2. The vacuum cleaner according to claim 1, further comprising a
timer measuring a time elapsing after the cleaner body stands,
wherein the controller stops supplying the power to the electric
blower after the timer measures a predetermined time elapsing after
the cleaner body stands.
3. The vacuum cleaner according to claim 1, further comprising: a
hose detachably attached to the floor nozzle, the hose allowing the
cleaner body to communicate with the floor nozzle; and a hose
detector detecting whether or not the hose is attached to the floor
nozzle, wherein the controller is operable to supply the second
power to the electric blower if the mode detector detects that the
cleaner body stands and additionally the hose detector detects that
the hose is attached to the floor nozzle, and supply a third power
higher than the second power to the electric blower if when the
mode detector detects that the cleaner body stands and additionally
the hose detector detects that the hose is detached from the floor
nozzle.
4. The vacuum cleaner according to claim 3, further comprising a
suction-power setting section capable of setting the third
power.
5. The vacuum cleaner according to claim 3, further comprising: an
attachment adapted to be detachably attached to the cleaner body
and detachably attached to a tip of the hose; and an attachment
detector detecting whether or not the attachment is attached to the
cleaner body, wherein the controller changes a power supplied to
the electric blower according to a detection result of the
attachment detector.
6. A vacuum cleaner comprising: a cleaner body; an electric blower
accommodated in the cleaner body; a floor nozzle provided on a
bottom of the cleaner body; a hose detachably attached to the floor
nozzle, the hose allowing the cleaner body to communicate with the
floor nozzle; a hose detector detecting whether or not the hose is
attached to the floor nozzle; and a controller operable to supply a
first power to the electric blower if the hose detector detects
that the hose is attached to the floor nozzle, and supply a second
power higher than the first power if the hose detector detects that
the hose is detached from the floor nozzle and the mode detector
detects that the cleaner body stands.
7. The vacuum cleaner according to claim 6, further comprising a
suction-power setting section capable of setting the second
power.
8. The vacuum cleaner according to claim 6, further comprising: an
attachment adapted to be detachably attached to the cleaner body
and additionally detachably attached to a tip of the hose; and an
attachment detector detecting whether or not the attachment is
attached to the cleaner body, wherein the controller changes a
power supplied to the electric blower according to a detection
result of the attachment detector.
9. A vacuum cleaner comprising: a cleaner body; an electric blower
accommodated in the cleaner body; a hose connected to the cleaner
body, the hose having a tip; a plurality of attachments adapted to
be detachably attached to the cleaner body and detachably attached
to the tip of the hose; an attachment discriminator determining an
attachment detached from the cleaner body out of the plurality of
attachments; and a controller operable to supply a power to the
electric blower corresponding to the determined attachment.
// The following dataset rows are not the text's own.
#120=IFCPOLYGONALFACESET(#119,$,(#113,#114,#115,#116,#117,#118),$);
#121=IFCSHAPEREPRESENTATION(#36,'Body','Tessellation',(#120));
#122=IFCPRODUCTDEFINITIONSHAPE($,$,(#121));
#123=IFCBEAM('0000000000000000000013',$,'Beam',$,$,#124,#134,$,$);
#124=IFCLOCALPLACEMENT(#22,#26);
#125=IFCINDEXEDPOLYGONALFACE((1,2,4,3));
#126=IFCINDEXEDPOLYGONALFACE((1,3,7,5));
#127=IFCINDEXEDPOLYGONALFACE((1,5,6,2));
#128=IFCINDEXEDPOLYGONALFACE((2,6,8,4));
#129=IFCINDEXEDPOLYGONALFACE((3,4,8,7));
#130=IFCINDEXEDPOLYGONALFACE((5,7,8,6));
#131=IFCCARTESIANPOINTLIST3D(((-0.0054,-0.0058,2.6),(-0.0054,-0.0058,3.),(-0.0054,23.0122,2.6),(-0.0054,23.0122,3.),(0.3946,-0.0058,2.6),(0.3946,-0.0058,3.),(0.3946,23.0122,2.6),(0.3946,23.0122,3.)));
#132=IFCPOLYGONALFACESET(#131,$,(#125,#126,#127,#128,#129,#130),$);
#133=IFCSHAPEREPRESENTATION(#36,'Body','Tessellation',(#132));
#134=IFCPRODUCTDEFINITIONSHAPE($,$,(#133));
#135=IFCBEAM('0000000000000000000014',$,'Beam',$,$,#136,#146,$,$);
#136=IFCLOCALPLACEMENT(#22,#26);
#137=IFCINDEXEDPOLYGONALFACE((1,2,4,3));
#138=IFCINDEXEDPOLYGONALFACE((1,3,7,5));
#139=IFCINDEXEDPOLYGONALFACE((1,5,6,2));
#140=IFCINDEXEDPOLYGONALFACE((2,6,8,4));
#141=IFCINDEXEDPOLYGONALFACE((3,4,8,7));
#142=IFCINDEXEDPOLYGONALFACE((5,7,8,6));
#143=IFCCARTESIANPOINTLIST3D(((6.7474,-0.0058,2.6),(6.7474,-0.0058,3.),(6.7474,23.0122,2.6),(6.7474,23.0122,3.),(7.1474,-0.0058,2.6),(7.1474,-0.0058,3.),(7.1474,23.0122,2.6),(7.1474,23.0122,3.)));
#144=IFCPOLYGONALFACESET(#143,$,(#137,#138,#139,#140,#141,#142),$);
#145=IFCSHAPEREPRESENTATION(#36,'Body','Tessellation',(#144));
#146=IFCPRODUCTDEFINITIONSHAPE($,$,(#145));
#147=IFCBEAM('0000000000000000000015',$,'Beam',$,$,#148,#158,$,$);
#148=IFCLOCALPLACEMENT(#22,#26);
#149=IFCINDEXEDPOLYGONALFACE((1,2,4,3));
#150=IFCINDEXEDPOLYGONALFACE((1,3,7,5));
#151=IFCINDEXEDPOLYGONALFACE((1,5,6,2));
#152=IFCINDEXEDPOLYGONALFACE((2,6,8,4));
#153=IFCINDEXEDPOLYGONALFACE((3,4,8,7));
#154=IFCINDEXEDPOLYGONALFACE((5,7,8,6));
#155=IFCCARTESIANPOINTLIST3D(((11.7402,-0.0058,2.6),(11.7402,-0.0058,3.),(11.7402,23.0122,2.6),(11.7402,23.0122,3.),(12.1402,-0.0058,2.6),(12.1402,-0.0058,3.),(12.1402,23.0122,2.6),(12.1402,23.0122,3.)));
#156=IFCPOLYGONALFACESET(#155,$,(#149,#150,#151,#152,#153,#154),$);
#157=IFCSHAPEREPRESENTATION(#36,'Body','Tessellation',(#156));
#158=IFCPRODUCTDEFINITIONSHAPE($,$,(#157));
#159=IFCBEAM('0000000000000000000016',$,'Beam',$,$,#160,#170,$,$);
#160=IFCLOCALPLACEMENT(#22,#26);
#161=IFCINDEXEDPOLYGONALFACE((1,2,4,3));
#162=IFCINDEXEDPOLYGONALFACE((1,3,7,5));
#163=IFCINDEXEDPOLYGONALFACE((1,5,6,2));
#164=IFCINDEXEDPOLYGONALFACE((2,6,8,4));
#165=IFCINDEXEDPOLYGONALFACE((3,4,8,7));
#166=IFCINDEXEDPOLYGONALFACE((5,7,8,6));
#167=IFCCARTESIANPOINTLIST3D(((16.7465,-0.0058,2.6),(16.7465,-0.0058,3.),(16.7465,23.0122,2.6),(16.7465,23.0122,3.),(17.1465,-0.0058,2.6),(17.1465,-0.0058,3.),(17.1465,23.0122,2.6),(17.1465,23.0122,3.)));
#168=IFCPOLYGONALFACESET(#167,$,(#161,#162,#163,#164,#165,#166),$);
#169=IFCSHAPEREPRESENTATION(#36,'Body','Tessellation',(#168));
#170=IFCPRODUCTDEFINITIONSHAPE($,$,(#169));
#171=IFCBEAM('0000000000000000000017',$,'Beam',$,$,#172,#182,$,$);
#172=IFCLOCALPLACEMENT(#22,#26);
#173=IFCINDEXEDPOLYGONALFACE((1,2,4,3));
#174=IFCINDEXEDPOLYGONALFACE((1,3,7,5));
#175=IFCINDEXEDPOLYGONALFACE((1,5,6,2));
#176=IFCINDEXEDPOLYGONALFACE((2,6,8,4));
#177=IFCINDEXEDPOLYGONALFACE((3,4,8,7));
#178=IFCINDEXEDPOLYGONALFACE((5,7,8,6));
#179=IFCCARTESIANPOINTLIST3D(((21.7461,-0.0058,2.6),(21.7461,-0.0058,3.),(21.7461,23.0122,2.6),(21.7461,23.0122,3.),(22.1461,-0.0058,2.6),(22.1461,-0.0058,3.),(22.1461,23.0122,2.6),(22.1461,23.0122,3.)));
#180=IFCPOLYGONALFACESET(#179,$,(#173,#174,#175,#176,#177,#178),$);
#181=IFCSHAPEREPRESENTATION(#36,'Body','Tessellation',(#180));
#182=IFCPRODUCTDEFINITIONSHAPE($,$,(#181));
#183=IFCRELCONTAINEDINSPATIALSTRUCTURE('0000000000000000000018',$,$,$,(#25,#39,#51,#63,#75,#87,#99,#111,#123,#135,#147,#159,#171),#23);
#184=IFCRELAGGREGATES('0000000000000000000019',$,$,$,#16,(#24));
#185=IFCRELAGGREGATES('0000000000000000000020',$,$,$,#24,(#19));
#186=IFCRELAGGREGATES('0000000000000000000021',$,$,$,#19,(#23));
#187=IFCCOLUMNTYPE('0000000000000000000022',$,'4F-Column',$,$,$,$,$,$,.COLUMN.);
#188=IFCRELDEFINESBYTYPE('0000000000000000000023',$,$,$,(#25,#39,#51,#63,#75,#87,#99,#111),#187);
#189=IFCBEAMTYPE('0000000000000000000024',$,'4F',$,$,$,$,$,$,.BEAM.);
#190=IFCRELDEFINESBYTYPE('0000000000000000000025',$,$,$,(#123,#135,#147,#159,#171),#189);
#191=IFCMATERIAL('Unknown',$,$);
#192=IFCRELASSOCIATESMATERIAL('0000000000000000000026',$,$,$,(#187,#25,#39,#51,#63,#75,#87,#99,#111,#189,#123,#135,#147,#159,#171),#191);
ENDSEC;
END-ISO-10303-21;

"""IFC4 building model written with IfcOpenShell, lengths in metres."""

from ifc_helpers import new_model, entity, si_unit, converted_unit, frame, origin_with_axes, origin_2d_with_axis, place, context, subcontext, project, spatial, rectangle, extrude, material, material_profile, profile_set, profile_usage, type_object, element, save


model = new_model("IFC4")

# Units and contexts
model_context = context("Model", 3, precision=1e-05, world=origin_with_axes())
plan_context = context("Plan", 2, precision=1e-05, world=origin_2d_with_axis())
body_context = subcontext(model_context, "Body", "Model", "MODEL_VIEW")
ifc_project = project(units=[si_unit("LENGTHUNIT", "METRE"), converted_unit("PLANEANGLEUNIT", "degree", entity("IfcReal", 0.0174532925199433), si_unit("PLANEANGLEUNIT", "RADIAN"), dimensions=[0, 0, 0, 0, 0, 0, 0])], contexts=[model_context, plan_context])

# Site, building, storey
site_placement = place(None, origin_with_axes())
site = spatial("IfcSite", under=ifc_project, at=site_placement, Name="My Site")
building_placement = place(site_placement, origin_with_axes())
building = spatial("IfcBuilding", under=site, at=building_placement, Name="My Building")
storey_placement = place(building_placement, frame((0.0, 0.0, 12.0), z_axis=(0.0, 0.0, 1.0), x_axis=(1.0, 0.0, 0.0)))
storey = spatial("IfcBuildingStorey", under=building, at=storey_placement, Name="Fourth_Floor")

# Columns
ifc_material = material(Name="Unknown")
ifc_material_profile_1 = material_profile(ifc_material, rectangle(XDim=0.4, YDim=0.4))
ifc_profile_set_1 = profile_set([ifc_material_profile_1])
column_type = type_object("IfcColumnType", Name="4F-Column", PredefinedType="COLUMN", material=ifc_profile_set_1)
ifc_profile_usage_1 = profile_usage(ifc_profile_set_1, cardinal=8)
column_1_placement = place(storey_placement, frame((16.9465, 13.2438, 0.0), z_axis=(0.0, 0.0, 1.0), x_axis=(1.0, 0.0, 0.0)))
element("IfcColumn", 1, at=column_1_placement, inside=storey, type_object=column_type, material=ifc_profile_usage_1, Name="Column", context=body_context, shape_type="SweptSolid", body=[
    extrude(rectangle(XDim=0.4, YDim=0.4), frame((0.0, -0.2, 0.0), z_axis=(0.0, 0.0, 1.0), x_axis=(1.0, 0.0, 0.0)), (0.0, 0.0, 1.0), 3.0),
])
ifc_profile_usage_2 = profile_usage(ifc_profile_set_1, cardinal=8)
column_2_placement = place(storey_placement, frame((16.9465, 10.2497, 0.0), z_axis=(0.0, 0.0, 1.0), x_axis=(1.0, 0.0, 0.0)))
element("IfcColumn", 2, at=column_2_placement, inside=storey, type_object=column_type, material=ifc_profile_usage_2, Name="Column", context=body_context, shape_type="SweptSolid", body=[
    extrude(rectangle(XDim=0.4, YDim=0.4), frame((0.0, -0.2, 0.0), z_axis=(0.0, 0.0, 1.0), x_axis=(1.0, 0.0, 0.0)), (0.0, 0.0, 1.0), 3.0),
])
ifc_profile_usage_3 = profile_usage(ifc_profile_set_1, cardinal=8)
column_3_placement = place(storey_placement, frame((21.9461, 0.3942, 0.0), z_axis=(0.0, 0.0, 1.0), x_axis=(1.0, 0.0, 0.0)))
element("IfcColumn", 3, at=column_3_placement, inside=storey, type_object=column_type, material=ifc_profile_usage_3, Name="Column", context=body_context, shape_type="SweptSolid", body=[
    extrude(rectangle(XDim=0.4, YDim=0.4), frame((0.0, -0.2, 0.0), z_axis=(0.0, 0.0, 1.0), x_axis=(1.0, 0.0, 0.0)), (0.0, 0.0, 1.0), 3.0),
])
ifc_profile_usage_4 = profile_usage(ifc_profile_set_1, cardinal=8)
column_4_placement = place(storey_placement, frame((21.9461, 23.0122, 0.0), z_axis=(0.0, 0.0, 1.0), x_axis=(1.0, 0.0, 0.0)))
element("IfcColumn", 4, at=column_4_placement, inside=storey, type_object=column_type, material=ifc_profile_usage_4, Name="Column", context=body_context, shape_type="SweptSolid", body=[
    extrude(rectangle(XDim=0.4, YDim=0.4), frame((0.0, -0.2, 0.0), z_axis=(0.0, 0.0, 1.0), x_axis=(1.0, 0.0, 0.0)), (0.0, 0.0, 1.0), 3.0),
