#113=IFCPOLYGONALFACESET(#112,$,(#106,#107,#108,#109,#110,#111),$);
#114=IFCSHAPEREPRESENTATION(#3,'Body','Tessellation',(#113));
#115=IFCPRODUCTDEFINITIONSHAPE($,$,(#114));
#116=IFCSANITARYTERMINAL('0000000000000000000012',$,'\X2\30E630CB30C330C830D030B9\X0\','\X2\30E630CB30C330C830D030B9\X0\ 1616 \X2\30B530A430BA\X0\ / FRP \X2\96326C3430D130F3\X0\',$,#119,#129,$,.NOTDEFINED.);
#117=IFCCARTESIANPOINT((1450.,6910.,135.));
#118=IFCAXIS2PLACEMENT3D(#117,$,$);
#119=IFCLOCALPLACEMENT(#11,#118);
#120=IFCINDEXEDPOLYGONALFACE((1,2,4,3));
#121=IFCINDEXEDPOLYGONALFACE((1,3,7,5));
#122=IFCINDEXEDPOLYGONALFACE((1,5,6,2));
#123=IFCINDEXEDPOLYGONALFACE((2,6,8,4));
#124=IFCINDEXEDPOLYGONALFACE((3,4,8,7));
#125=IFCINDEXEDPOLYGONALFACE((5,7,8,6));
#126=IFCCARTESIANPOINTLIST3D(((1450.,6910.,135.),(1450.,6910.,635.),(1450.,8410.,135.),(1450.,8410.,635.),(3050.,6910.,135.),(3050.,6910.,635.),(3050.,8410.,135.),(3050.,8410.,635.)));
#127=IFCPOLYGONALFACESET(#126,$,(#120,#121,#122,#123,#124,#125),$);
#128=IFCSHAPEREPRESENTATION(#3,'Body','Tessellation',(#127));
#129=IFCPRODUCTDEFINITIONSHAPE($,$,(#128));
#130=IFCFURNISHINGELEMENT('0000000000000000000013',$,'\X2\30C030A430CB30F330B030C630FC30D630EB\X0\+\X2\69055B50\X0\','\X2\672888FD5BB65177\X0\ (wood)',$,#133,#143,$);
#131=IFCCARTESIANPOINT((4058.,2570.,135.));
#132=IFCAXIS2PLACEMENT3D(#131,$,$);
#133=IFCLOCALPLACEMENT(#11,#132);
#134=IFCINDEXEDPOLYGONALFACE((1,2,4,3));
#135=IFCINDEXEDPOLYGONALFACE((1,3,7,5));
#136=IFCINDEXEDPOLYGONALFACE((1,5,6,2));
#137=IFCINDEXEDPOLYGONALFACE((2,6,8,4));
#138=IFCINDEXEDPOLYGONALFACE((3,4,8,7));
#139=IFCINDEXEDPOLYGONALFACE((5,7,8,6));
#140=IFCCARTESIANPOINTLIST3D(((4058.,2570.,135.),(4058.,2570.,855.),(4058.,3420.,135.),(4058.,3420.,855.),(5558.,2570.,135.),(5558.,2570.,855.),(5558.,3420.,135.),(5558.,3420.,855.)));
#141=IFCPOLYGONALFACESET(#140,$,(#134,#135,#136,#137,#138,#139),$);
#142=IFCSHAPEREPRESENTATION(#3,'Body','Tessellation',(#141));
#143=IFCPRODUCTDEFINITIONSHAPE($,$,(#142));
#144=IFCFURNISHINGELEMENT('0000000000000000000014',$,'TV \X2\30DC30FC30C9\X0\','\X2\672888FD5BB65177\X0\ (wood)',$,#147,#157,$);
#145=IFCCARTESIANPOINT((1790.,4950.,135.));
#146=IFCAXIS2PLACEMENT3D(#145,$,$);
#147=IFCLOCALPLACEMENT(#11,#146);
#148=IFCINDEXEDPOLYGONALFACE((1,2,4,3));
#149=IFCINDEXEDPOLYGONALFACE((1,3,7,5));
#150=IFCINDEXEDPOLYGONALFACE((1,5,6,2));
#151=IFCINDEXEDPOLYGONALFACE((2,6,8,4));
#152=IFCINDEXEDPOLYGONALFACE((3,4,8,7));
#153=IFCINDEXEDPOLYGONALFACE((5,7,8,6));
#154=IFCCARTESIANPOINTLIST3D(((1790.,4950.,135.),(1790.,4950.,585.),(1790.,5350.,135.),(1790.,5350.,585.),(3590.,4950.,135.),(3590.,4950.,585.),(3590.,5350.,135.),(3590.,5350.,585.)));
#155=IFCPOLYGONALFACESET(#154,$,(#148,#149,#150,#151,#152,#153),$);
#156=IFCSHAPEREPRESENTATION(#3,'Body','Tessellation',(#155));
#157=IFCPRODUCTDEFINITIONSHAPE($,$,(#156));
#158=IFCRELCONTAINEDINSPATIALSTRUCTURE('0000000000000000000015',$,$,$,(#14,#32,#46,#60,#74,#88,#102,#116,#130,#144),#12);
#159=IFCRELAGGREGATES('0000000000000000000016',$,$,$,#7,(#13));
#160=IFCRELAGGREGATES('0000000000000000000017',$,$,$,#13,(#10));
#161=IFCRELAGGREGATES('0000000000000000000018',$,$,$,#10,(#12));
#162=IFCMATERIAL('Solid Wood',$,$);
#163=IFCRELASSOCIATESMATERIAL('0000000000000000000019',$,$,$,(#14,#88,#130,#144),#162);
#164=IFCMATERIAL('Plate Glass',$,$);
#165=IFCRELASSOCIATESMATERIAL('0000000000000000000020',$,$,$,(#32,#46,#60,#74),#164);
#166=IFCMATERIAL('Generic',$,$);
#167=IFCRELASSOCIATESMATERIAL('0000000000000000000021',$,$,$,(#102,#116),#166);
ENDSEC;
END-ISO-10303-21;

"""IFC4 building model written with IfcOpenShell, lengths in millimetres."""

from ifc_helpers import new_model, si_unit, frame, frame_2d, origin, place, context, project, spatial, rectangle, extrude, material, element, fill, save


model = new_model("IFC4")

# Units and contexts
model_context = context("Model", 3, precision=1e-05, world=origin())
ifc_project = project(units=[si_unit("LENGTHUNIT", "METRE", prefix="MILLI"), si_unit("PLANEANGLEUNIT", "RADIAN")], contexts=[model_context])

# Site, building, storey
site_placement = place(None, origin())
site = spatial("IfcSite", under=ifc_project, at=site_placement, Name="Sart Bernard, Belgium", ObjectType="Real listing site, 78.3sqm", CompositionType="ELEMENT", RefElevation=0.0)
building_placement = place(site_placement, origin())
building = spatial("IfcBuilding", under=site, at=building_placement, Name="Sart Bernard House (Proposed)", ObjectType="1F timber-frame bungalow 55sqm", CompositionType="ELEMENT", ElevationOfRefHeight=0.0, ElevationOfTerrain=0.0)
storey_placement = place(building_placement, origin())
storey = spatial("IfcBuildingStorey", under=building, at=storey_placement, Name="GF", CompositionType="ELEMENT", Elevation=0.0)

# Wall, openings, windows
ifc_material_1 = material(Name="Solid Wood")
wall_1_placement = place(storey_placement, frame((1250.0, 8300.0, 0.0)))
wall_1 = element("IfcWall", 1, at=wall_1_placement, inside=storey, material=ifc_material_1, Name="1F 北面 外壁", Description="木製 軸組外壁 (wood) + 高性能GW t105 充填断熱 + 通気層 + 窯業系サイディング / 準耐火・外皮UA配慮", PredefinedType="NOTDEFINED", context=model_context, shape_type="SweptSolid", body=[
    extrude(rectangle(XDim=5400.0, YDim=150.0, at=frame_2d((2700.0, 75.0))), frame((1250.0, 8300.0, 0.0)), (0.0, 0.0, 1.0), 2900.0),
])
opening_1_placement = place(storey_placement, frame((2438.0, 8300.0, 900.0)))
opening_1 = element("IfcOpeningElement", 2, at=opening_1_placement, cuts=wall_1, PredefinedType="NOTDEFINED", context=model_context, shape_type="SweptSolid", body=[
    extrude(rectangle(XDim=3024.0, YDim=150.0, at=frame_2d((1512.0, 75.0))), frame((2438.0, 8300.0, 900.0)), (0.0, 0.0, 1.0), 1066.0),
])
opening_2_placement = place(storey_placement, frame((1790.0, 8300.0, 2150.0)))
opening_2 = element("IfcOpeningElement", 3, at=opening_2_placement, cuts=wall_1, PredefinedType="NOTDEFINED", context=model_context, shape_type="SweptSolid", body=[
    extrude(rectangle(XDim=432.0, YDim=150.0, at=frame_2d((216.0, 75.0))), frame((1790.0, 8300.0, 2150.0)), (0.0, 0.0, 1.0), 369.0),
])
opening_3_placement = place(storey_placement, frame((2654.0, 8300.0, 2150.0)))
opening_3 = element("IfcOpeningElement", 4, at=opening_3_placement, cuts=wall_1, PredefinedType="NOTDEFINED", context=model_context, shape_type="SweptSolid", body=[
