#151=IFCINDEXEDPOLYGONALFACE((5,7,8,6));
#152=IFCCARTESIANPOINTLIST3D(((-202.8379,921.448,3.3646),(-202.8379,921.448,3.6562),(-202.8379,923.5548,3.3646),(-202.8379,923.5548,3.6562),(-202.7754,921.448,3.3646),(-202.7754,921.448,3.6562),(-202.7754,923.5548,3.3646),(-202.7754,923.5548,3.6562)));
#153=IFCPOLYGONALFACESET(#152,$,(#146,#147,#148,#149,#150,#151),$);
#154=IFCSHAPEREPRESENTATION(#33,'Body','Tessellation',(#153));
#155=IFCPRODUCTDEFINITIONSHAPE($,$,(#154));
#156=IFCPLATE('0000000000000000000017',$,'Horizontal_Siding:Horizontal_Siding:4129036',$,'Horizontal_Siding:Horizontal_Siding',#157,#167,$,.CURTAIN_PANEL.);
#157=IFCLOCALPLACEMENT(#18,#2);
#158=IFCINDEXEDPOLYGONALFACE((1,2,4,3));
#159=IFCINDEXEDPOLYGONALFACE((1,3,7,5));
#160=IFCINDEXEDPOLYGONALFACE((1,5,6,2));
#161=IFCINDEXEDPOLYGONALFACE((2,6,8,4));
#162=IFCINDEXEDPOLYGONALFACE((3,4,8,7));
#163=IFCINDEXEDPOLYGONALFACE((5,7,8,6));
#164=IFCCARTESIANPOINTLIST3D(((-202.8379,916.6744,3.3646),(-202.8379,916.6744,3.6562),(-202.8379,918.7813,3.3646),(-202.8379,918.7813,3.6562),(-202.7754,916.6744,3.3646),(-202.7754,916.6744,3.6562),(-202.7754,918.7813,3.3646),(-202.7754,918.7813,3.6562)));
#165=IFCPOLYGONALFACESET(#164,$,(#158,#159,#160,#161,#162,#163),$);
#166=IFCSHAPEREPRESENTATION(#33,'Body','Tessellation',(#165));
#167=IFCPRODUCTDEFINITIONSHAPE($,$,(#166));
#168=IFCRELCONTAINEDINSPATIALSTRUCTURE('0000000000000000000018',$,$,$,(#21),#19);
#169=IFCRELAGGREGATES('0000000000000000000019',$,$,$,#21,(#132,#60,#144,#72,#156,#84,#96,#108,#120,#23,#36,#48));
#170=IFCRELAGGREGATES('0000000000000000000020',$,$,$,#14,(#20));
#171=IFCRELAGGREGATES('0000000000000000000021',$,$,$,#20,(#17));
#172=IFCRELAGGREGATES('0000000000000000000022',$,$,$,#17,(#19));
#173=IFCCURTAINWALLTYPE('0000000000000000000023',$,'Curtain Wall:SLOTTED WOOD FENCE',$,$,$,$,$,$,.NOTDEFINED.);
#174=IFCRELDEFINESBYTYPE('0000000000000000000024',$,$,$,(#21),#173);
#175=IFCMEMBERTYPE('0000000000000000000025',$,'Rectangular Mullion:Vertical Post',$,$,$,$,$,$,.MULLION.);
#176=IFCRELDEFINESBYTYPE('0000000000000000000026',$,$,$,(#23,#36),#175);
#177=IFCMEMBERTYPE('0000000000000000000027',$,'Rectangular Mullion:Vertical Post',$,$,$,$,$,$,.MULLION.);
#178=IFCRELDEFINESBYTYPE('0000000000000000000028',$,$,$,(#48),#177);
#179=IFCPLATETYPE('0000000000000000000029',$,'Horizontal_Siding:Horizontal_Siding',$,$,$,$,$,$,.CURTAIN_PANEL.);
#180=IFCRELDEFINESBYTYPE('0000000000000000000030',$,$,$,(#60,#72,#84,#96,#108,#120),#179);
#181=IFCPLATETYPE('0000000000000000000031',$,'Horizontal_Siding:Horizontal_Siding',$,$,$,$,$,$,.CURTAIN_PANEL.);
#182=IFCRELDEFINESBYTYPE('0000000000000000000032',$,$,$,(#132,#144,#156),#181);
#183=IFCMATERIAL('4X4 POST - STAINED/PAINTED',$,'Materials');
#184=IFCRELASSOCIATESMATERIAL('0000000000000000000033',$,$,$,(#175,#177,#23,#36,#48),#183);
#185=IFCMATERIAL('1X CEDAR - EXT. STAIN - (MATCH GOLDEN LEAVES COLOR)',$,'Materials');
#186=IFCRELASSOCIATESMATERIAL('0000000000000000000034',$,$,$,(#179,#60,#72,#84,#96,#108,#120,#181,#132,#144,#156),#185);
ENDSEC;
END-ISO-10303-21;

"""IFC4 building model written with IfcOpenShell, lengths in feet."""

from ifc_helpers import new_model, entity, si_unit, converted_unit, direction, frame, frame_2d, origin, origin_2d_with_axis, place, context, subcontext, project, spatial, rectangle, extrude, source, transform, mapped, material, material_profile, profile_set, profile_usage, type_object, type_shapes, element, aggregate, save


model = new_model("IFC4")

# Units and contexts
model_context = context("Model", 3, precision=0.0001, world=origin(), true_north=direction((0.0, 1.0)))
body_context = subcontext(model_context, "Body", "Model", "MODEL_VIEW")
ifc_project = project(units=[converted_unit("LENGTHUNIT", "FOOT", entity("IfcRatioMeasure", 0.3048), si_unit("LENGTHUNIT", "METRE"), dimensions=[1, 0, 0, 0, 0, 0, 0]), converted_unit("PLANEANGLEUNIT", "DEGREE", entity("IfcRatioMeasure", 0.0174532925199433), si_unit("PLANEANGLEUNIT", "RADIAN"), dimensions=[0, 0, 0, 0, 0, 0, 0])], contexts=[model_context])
10. The vacuum cleaner according to claim 9, wherein the attachment
discriminator includes a plurality of attachment detectors
detecting whether or not the plurality of attachments are attached
to the cleaner body, respectively.
11. The vacuum cleaner according to claim 9, further comprising: a
floor nozzle pivotably attached to a bottom of the cleaner body,
the floor nozzle adapted to detachably connected with the tip of
the hose; a hose detector provided at the floor nozzle, the hose
detector detecting whether or not the hose is connected with the
floor nozzle, wherein the controller operable to supply the power
to the electric blower corresponding to the determined attachment
if the hose detector detects that the hose is detached from the
floor nozzle, and supply the power to the electric blower
regardless of a detection result of the attachment
discriminator.
12. The vacuum cleaner according to claim 9, wherein the plurality
of attachments include an extension pipe, and the controller is
operable to supply a first power to the electric blower if the
determined attachment is not the extension pipe, and supply a
second power higher than the first power if the determined
attachment is the extension pipe.
13. The vacuum cleaner according to claim 9, wherein the plurality
of attachments include a crevice nozzle, and the controller is
operable to supply a first power to the electric blower if the
determined attachment is not the crevice nozzle, and supply a
second power lower than the first power if the determined
attachment is the crevice nozzle.
14. The vacuum cleaner according to claim 9, further comprising a
suction-power setting section allowing a user to set the power
supplied to the electric blower, wherein the controller operable to
supply the set power to the electric blower if the hose detector
detects that the hose is detached from the floor nozzle, and supply
the power regardless of the set power if the hose detector detects
that the hose is attached to the floor nozzle.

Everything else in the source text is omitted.